Deshalb wollen manche lieber ein junges Kätzchen vom Züchter oder vom Bauernhof als ein Büsi aus dem Heim. Doch sie täuschen sich, wenn sie glauben, damit sei ein problemloses Zusammenleben garantiert. «Was denken Sie, weshalb wir hier über 70 Katzen haben?», fragt Anouk Benziod. «Eben, auch deswegen.» Zu viele Leute legten sich mit bestimmten Vorstellungen und Erwartungen eine junge Katze zu und wollten sie wieder loswerden, wenn sie sich nicht dementsprechend entwickle. Anders diejenigen, die sich im Tierheim nach einem Tier erkundigen. «Sie sind in der Regel offener.» Benziod hat schon oft erlebt, wie jemand mit einer ganz anderen Katze nach Hause gegangen ist als ursprünglich gedacht. Mit einer sichtbar Angejahrten beispielsweise, statt mit einer jungen Schönheit. Auch komme es immer wieder vor, dass sich jemand für ein Tier entscheide, das im Heim als «eher schwierig» eingestuft wird. «Aber sie wissen, worauf sie sich einlassen.»

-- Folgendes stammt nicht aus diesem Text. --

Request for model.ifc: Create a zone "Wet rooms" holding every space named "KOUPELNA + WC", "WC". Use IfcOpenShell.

First a look at what the model holds.

```python
import ifcopenshell

model = ifcopenshell.open("model.ifc")
print(model.schema)
seen = {}
for space in model.by_type("IfcSpace"):
    seen[space.LongName] = seen.get(space.LongName, 0) + 1
for name, count in sorted(seen.items(), key=str):
    print(count, "x", name)
print("zones:", [z.Name for z in model.by_type("IfcZone")][:20])
```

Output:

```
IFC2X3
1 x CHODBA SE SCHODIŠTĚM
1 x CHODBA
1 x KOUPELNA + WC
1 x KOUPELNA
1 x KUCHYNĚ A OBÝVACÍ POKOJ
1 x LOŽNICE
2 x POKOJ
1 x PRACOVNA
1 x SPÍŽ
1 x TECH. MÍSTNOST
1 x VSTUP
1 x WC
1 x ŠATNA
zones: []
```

```python
import ifcopenshell
import ifcopenshell.api.group
import ifcopenshell.api.root

model = ifcopenshell.open("model.ifc")

names = {"KOUPELNA + WC", "WC"}
spaces = [s for s in model.by_type("IfcSpace") if s.LongName in names]

zone = ifcopenshell.api.root.create_entity(model, ifc_class="IfcZone", name="Wet rooms")
ifcopenshell.api.group.assign_group(model, products=spaces, group=zone)
print(len(spaces), "spaces in", zone.Name)

model.write("model_updated.ifc")
```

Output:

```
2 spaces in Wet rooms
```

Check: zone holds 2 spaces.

Und das ist der wohl grösste Vorteil: Hier bekommt man nicht die sprichwörtliche «Katze im Sack». Die Betreuerinnen kennen die Tiere und ihre Geschichten und können die künftigen Halter darüber informieren. Das Gleiche gilt für den Gesundheitszustand der Katzen. Sie sind alle tierärztlich untersucht, geimpft, gechipt und ab einem Alter von sechs Monaten kastriert. Dass ein Heimtier nicht gratis abgegeben wird, ist deshalb logisch. Im Katzenheim des Tierschutzbunds Basel wird etwa ein Unkostenbeitrag von 200 Franken verlangt, was nicht einmal die Tierarztrechnung deckt. Ganz zu schweigen von all den anderen Kosten, die ein Tierheim zu tragen hat. Es ist eher ein symbolischer Preis. Zum einen seien die Tierheime auf jede Spende angewiesen, sagt Benziod, zum anderen gehe es aber um das Prinzip: «Es ist leider so, dass für viele Menschen etwas, das es gratis gibt, auch wertlos ist».